UK Home Secretary Sajid Javid’s announcement to review medical cannabis in the UK marks a huge turning point, and could save many people’s lives.
The cannabis plant has been needlessly demonised and politicised over the past 100 years. This movement culminated in the 1970s, with massive rafts of legislation brought in to schedule various drugs on a scale of I to V in the US, or A to C in the UK. Put simply, politics seeped their way into the classification process of drugs, with science taking the back seat.
The change in attitude is a rather recent one. Cannabis has been used as medicine by various cultures throughout history for thousands of years, and cannabinoid-based tinctures were available as medicine in pharmacists throughout the UK up until 1971, when the Misuse of Drugs Act was introduced.
As it stands, cannabis is a Class B drug in the UK, alongside amphetamines, barbiturates, codeine and synthetic cannabinoids. In the US, cannabis is a Schedule I drug, in the same class as heroin and cocaine. When looking at the safety profile of cannabis in comparison to other drugs in the same category, the classification systems we have in place in many countries across the world appears irrational.
Moreover, alcohol and tobacco are not classified in the same way, despite the personal and social harms they cause. This also means that drug policy is not entirely honest, which causes more devastation in the long run. Bad drug policies sow the seeds of mistrust amongst the public.

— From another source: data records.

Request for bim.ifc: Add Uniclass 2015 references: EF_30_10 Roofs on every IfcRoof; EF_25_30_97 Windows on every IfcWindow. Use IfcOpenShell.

First a look at what the model holds.

```python
import ifcopenshell

model = ifcopenshell.open("bim.ifc")
print(model.schema)
print("classifications:", [c.Name for c in model.by_type("IfcClassification")])
for ifc_class in ("IfcDoor", "IfcRoof", "IfcStair", "IfcWall", "IfcWindow"):
    print(ifc_class, len(model.by_type(ifc_class)))
```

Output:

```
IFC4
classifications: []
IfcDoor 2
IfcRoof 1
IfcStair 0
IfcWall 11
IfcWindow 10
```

```python
import ifcopenshell
import ifcopenshell.api.classification

model = ifcopenshell.open("bim.ifc")

system = ifcopenshell.api.classification.add_classification(model, classification="Uniclass 2015")

codes = {
    "IfcRoof": ("EF_30_10", "Roofs"),
    "IfcWindow": ("EF_25_30_97", "Windows"),
}
for ifc_class, (code, name) in codes.items():
    products = model.by_type(ifc_class)
    ifcopenshell.api.classification.add_reference(
        model, products=products, classification=system, identification=code, name=name
    )
    print(code, len(products))

model.write("bim-out.ifc")
```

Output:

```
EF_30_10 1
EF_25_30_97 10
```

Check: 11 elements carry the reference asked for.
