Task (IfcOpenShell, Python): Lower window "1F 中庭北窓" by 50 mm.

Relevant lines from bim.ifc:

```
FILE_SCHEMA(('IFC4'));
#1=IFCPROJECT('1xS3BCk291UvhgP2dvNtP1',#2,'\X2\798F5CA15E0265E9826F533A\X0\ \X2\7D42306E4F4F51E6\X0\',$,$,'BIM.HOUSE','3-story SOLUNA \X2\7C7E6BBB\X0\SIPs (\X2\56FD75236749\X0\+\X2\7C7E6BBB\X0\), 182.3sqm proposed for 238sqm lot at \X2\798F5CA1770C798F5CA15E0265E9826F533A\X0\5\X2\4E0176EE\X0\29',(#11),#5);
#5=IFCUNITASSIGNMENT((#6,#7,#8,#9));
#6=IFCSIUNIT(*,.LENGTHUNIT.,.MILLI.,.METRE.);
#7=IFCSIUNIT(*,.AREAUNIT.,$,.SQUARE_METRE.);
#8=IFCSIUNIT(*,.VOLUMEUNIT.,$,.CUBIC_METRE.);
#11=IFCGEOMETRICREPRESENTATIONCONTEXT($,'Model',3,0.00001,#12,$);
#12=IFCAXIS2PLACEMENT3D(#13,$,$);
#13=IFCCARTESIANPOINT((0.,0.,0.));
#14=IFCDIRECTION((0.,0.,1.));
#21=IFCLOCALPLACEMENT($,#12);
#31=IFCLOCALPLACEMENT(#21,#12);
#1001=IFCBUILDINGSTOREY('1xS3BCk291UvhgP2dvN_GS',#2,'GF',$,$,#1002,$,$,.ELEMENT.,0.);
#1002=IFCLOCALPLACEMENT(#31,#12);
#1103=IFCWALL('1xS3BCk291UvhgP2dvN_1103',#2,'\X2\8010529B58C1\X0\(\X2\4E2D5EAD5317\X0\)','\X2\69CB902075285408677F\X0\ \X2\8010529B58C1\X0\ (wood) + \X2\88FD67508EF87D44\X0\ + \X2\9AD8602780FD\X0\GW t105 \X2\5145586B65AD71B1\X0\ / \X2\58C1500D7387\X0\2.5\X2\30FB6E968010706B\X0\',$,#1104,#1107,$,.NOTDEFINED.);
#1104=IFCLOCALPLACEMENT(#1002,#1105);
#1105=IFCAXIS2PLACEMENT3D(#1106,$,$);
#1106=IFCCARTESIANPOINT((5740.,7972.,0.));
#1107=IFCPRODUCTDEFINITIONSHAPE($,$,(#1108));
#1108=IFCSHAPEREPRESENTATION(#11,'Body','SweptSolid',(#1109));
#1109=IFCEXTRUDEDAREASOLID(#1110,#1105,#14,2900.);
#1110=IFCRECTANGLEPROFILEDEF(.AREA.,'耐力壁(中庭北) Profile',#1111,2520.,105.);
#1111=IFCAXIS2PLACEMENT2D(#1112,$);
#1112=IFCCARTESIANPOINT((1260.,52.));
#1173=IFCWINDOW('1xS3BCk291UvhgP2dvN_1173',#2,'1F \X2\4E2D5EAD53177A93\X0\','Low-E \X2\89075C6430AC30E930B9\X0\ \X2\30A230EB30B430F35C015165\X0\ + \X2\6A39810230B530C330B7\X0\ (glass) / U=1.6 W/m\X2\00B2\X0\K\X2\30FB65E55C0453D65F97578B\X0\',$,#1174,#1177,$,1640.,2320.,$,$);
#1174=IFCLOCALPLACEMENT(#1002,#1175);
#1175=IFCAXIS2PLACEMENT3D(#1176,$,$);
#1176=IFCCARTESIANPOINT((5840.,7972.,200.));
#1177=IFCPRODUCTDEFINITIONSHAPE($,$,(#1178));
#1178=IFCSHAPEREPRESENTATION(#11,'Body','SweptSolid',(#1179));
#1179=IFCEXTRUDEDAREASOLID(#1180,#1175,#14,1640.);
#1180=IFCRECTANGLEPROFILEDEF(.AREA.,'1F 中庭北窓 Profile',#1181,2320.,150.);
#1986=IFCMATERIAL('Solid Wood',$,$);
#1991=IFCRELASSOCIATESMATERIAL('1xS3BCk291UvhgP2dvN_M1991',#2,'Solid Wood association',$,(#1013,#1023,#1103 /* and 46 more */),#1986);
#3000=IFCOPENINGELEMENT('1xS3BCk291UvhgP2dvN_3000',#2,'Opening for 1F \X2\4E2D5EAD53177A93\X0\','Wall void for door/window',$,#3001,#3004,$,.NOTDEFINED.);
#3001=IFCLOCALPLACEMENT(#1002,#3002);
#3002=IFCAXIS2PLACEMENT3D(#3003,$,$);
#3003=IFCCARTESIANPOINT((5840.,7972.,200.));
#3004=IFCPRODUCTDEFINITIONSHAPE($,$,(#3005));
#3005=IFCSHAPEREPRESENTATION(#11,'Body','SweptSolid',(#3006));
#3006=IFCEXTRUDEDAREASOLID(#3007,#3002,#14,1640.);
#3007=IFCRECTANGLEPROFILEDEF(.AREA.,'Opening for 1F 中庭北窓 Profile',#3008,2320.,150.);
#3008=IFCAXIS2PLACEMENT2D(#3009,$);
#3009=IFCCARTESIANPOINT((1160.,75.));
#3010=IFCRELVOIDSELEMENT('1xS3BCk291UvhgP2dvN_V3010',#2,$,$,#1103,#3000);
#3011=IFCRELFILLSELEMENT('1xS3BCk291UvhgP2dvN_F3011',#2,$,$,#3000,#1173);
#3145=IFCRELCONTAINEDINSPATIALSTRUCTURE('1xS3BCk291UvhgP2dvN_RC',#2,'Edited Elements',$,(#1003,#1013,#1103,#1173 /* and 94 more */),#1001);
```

```python
import numpy as np
import ifcopenshell
import ifcopenshell.api.geometry
import ifcopenshell.util.placement
import ifcopenshell.util.unit

model = ifcopenshell.open("bim.ifc")
unit_scale = ifcopenshell.util.unit.calculate_unit_scale(model)

window = model.by_guid("1xS3BCk291UvhgP2dvN_1173")
opening = window.FillsVoids[0].RelatingOpeningElement
dz = -0.05 / unit_scale

shift = np.array([0.0, 0.0, dz])
# The window is not placed relative to its opening, so move both.
for product in (opening, window):
    matrix = ifcopenshell.util.placement.get_local_placement(product.ObjectPlacement)
    matrix[:3, 3] += shift
    ifcopenshell.api.geometry.edit_object_placement(model, product=product, matrix=matrix, is_si=False)

print(f"moved by {dz * unit_scale:+.3f} m")

model.write("bim_updated.ifc")
```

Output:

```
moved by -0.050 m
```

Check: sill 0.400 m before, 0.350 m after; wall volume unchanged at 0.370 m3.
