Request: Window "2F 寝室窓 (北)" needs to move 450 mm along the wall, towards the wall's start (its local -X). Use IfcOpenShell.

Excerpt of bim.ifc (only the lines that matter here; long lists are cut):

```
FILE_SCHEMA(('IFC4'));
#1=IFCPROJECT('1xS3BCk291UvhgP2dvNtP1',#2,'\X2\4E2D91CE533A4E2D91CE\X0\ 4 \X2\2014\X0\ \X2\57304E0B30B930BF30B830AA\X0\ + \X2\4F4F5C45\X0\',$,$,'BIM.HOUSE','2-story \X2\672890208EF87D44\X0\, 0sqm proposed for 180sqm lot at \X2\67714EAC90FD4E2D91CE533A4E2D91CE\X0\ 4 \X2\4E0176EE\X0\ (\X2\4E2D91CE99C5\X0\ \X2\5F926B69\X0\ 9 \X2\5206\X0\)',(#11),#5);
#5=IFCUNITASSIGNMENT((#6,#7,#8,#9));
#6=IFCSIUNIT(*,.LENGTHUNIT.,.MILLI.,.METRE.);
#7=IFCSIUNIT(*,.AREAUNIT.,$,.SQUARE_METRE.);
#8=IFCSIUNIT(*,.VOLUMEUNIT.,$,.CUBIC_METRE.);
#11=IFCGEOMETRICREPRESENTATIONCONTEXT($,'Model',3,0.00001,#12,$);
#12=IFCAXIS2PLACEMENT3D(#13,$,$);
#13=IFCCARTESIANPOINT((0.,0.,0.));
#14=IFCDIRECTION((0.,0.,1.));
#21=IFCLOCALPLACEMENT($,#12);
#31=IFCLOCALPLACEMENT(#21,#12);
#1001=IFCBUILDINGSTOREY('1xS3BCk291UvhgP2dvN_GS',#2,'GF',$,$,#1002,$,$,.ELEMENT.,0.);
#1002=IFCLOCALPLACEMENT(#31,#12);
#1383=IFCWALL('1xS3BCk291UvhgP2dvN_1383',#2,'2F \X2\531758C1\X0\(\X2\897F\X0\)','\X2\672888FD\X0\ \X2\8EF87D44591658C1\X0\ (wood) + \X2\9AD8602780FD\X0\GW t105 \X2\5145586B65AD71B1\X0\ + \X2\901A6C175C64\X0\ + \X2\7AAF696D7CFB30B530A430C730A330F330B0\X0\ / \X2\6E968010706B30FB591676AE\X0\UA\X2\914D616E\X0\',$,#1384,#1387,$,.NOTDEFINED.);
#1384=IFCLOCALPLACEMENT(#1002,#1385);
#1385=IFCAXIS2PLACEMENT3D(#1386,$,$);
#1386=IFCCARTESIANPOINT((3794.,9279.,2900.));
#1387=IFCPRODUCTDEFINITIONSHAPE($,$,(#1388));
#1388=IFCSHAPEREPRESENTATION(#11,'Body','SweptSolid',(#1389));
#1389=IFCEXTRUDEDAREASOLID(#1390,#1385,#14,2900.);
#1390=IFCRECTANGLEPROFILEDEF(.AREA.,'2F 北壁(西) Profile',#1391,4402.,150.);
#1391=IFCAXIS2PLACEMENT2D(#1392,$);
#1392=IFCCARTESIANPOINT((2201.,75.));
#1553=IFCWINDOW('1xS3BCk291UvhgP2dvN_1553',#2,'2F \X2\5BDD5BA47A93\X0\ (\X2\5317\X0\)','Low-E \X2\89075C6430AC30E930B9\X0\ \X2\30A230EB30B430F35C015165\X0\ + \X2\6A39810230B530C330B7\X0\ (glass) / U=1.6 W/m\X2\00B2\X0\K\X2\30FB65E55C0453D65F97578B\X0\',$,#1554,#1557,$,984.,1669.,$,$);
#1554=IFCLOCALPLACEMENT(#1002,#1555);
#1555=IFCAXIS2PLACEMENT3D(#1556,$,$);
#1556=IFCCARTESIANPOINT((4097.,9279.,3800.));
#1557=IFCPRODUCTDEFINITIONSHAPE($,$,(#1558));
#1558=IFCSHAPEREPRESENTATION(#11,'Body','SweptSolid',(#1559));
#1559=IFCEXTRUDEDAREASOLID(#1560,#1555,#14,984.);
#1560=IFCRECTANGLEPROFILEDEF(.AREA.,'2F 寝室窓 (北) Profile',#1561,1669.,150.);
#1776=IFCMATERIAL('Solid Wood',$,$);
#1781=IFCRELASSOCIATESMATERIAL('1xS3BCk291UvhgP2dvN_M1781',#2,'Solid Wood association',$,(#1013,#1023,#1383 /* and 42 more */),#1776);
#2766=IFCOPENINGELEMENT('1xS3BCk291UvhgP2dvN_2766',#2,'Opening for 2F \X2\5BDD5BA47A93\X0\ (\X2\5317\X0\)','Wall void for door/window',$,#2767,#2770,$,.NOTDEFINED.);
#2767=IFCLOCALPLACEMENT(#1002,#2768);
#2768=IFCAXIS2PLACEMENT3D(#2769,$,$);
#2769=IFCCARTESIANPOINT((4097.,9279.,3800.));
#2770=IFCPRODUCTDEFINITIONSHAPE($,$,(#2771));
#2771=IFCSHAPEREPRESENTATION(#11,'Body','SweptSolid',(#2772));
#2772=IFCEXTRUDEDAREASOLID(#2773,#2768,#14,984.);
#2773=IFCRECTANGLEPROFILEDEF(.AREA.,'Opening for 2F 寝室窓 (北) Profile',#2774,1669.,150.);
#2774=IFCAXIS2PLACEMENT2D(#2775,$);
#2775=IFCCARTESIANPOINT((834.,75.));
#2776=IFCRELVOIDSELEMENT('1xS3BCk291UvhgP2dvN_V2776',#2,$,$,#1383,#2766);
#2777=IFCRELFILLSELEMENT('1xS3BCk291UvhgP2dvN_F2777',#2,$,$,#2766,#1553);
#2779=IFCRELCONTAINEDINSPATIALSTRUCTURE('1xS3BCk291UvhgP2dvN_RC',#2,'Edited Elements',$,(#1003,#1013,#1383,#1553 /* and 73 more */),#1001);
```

```python
import ifcopenshell
import ifcopenshell.api.geometry
import ifcopenshell.util.placement

model = ifcopenshell.open("bim.ifc")

window = model.by_guid("1xS3BCk291UvhgP2dvN_1553")
opening = window.FillsVoids[0].RelatingOpeningElement
wall = opening.VoidsElements[0].RelatingBuildingElement

wall_matrix = ifcopenshell.util.placement.get_local_placement(wall.ObjectPlacement)
shift = wall_matrix[:3, 0] * -450.0
before = ifcopenshell.util.placement.get_local_placement(window.ObjectPlacement)[:3, 3].copy()

# The window is not placed relative to its opening, so move both.
for product in (opening, window):
    matrix = ifcopenshell.util.placement.get_local_placement(product.ObjectPlacement)
    matrix[:3, 3] += shift
    ifcopenshell.api.geometry.edit_object_placement(model, product=product, matrix=matrix, is_si=False)

after = ifcopenshell.util.placement.get_local_placement(window.ObjectPlacement)[:3, 3]
print("window moved by", (after - before).round(3) + 0.0)

model.write("bim_rev.ifc")
```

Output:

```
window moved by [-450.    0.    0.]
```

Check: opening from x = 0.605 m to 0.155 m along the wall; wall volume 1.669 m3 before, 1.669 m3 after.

One of the key areas that current drug policies have caused damage, especially with regards to cannabis, is medical research. There are few if any plants in the world as unique as cannabis. There are around 483 known cannabis compounds, with 65 of them being cannabinoids, and we are still discovering more. Most of these cannabinoids have no psychoactive effect whatsoever, and could have uses for a huge number of chronic and life-threatening conditions. In addition, there have been no deaths attributed to an overdose of cannabinoids alone, even psychoactive ones such as THC.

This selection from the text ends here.